> Exercise aim: Repeat the first line of the listing and each line after it, exactly, through the line containing "#171=IFCINDEXEDPOLYGONALFACE((41,42,84,83));".

BEGIN Data under study

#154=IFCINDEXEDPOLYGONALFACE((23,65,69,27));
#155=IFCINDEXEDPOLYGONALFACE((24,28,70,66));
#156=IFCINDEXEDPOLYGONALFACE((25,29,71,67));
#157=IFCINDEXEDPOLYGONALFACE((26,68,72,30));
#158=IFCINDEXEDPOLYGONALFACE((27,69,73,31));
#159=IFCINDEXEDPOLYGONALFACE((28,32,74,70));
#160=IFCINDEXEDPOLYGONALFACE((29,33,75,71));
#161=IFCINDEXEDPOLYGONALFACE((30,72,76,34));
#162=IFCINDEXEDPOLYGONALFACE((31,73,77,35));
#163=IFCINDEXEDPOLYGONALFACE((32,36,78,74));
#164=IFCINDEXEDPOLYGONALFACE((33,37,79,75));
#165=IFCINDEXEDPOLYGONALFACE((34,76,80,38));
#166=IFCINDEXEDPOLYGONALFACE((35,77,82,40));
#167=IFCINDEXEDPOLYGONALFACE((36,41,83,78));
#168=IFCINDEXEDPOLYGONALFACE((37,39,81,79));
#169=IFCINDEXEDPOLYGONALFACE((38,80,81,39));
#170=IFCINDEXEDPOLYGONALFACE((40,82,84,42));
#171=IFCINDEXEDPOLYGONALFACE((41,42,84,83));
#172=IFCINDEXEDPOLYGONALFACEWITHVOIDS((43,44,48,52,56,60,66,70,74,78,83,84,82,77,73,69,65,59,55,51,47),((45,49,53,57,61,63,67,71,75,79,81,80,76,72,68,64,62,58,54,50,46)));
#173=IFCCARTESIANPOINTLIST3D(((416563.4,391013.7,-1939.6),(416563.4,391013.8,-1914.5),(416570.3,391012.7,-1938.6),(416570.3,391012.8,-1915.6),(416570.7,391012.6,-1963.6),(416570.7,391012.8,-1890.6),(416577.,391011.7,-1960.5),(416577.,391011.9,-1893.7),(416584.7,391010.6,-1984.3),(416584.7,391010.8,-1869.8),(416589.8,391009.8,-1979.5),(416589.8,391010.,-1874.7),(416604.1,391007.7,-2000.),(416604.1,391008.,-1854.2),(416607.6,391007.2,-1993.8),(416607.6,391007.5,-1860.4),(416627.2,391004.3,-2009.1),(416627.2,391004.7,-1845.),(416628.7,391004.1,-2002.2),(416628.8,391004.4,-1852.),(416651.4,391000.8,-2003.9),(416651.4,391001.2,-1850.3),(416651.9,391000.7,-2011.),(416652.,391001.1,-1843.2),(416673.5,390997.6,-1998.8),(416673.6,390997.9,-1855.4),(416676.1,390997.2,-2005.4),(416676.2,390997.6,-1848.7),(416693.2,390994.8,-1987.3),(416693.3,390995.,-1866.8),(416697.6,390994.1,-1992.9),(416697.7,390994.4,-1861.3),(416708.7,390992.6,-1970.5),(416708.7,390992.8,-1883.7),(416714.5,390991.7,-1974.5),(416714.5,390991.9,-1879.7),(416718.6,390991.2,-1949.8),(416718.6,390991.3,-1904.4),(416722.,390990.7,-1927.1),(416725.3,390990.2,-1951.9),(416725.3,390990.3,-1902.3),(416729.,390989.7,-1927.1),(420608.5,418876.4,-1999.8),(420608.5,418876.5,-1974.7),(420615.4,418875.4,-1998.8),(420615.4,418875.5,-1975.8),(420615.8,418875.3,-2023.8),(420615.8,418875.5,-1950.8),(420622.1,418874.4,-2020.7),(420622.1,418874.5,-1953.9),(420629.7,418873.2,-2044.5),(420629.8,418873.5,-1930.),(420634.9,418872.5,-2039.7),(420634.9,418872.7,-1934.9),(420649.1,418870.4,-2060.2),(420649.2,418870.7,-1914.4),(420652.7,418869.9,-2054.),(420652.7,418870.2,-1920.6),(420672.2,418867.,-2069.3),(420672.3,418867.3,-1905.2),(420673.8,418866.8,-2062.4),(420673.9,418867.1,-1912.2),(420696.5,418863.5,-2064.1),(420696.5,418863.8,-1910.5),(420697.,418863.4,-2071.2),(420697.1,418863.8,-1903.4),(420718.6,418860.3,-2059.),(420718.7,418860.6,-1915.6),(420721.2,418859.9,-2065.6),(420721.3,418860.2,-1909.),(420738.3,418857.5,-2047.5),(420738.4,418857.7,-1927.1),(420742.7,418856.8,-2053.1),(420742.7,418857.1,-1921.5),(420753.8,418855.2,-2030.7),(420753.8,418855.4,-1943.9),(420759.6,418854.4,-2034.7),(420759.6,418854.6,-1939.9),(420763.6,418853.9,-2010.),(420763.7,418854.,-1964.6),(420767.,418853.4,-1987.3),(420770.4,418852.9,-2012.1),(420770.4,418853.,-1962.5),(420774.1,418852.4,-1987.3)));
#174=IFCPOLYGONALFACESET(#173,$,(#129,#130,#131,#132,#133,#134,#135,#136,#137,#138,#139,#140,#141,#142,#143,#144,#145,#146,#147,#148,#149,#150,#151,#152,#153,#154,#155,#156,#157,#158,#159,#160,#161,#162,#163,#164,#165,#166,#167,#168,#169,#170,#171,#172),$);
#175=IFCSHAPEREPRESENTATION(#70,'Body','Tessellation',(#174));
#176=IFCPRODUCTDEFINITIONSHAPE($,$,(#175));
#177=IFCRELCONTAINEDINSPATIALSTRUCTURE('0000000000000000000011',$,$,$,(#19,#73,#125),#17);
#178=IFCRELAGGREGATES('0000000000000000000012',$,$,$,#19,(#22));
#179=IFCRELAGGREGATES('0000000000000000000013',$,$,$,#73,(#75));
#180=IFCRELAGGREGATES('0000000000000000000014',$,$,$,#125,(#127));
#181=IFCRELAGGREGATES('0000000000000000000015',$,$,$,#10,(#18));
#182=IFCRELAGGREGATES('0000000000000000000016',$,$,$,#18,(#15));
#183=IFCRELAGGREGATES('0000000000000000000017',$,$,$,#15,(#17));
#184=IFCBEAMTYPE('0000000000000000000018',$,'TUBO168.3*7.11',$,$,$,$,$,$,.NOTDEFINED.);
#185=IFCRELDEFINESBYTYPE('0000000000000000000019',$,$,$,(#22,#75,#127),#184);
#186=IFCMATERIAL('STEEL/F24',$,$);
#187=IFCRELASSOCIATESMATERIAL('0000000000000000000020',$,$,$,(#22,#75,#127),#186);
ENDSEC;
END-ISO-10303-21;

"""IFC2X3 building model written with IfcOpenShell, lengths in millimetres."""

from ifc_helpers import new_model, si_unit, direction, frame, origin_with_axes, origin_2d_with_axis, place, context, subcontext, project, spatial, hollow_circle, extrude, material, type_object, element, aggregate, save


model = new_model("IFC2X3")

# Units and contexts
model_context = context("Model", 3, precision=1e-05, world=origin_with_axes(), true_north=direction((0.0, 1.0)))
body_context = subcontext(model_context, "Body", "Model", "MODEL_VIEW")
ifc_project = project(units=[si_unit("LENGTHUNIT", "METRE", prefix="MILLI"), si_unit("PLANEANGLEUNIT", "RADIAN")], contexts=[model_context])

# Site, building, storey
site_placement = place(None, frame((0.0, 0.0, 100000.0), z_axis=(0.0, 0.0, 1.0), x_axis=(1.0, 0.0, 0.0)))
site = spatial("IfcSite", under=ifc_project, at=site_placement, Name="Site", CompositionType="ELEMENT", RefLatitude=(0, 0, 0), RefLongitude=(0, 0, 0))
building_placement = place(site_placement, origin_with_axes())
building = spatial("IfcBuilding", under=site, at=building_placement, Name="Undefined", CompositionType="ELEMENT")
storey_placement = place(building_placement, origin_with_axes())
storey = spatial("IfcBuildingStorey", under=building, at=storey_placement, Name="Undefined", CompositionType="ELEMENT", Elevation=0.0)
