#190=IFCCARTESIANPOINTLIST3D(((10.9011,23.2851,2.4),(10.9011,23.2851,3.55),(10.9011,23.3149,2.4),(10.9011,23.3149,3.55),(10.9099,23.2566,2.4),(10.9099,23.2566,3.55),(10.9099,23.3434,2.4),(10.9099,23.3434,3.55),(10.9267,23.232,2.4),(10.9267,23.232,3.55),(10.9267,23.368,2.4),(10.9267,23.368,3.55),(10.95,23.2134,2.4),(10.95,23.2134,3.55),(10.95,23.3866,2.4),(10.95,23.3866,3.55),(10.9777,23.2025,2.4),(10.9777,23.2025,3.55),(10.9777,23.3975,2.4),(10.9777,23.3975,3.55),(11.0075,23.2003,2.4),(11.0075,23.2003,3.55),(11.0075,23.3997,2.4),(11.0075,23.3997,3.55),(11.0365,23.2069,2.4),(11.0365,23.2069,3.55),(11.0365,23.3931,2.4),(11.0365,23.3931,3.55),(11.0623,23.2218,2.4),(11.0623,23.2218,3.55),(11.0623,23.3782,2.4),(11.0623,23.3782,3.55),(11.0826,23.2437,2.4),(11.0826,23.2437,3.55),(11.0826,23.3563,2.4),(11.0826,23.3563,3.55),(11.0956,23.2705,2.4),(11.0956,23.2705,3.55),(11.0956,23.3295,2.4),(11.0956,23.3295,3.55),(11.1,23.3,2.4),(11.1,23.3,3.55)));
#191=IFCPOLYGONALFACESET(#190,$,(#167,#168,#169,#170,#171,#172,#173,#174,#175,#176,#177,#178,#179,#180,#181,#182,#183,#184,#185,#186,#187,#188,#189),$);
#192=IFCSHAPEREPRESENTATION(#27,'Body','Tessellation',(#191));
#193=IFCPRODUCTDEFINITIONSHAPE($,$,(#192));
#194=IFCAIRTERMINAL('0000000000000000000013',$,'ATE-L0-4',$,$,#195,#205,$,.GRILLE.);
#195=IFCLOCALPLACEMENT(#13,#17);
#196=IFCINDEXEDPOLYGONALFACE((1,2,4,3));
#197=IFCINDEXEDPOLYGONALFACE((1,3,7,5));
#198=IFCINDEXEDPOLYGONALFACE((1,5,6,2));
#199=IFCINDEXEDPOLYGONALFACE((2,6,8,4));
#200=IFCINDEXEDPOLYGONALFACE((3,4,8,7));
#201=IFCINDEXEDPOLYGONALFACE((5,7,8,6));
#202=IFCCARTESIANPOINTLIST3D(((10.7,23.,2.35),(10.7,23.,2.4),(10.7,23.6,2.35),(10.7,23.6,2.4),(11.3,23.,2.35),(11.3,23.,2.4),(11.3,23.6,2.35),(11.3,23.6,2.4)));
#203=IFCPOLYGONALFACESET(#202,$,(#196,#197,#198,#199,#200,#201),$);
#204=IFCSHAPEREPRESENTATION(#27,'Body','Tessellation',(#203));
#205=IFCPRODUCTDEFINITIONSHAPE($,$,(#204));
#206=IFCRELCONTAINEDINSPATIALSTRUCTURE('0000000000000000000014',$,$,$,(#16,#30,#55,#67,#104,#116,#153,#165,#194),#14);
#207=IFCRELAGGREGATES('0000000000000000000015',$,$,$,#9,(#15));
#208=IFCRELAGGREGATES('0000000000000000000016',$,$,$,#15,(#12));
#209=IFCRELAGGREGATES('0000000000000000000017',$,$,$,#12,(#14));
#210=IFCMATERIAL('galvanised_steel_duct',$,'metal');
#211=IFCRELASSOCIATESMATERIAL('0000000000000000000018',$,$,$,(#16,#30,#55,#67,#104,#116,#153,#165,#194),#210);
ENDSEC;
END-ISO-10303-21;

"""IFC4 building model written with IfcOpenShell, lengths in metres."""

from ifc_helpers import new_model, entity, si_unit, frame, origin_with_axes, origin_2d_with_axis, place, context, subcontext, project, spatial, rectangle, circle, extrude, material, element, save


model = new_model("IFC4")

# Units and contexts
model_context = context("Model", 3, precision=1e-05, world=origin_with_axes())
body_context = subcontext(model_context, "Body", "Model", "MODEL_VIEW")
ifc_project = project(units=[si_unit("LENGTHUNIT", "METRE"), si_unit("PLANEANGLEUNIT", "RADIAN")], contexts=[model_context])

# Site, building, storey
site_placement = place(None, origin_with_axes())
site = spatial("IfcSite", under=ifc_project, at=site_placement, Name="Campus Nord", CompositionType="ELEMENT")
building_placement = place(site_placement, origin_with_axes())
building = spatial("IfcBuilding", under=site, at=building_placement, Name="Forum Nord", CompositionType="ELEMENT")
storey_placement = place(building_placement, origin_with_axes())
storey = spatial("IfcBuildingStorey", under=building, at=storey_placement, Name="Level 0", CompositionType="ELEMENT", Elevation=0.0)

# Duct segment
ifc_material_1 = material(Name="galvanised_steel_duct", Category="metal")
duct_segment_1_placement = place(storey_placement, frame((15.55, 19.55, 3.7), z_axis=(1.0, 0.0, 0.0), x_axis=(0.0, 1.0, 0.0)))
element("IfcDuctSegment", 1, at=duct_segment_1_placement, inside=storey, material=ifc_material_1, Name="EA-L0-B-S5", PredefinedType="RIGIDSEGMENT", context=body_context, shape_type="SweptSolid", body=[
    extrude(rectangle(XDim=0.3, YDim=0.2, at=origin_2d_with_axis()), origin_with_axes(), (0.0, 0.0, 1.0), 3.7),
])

END Data under study

> Response area:
#154=IFCINDEXEDPOLYGONALFACE((23,65,69,27));
#155=IFCINDEXEDPOLYGONALFACE((24,28,70,66));
#156=IFCINDEXEDPOLYGONALFACE((25,29,71,67));
#157=IFCINDEXEDPOLYGONALFACE((26,68,72,30));
#158=IFCINDEXEDPOLYGONALFACE((27,69,73,31));
#159=IFCINDEXEDPOLYGONALFACE((28,32,74,70));
#160=IFCINDEXEDPOLYGONALFACE((29,33,75,71));
#161=IFCINDEXEDPOLYGONALFACE((30,72,76,34));
#162=IFCINDEXEDPOLYGONALFACE((31,73,77,35));
#163=IFCINDEXEDPOLYGONALFACE((32,36,78,74));
#164=IFCINDEXEDPOLYGONALFACE((33,37,79,75));
#165=IFCINDEXEDPOLYGONALFACE((34,76,80,38));
#166=IFCINDEXEDPOLYGONALFACE((35,77,82,40));
#167=IFCINDEXEDPOLYGONALFACE((36,41,83,78));
#168=IFCINDEXEDPOLYGONALFACE((37,39,81,79));
#169=IFCINDEXEDPOLYGONALFACE((38,80,81,39));
#170=IFCINDEXEDPOLYGONALFACE((40,82,84,42));
#171=IFCINDEXEDPOLYGONALFACE((41,42,84,83));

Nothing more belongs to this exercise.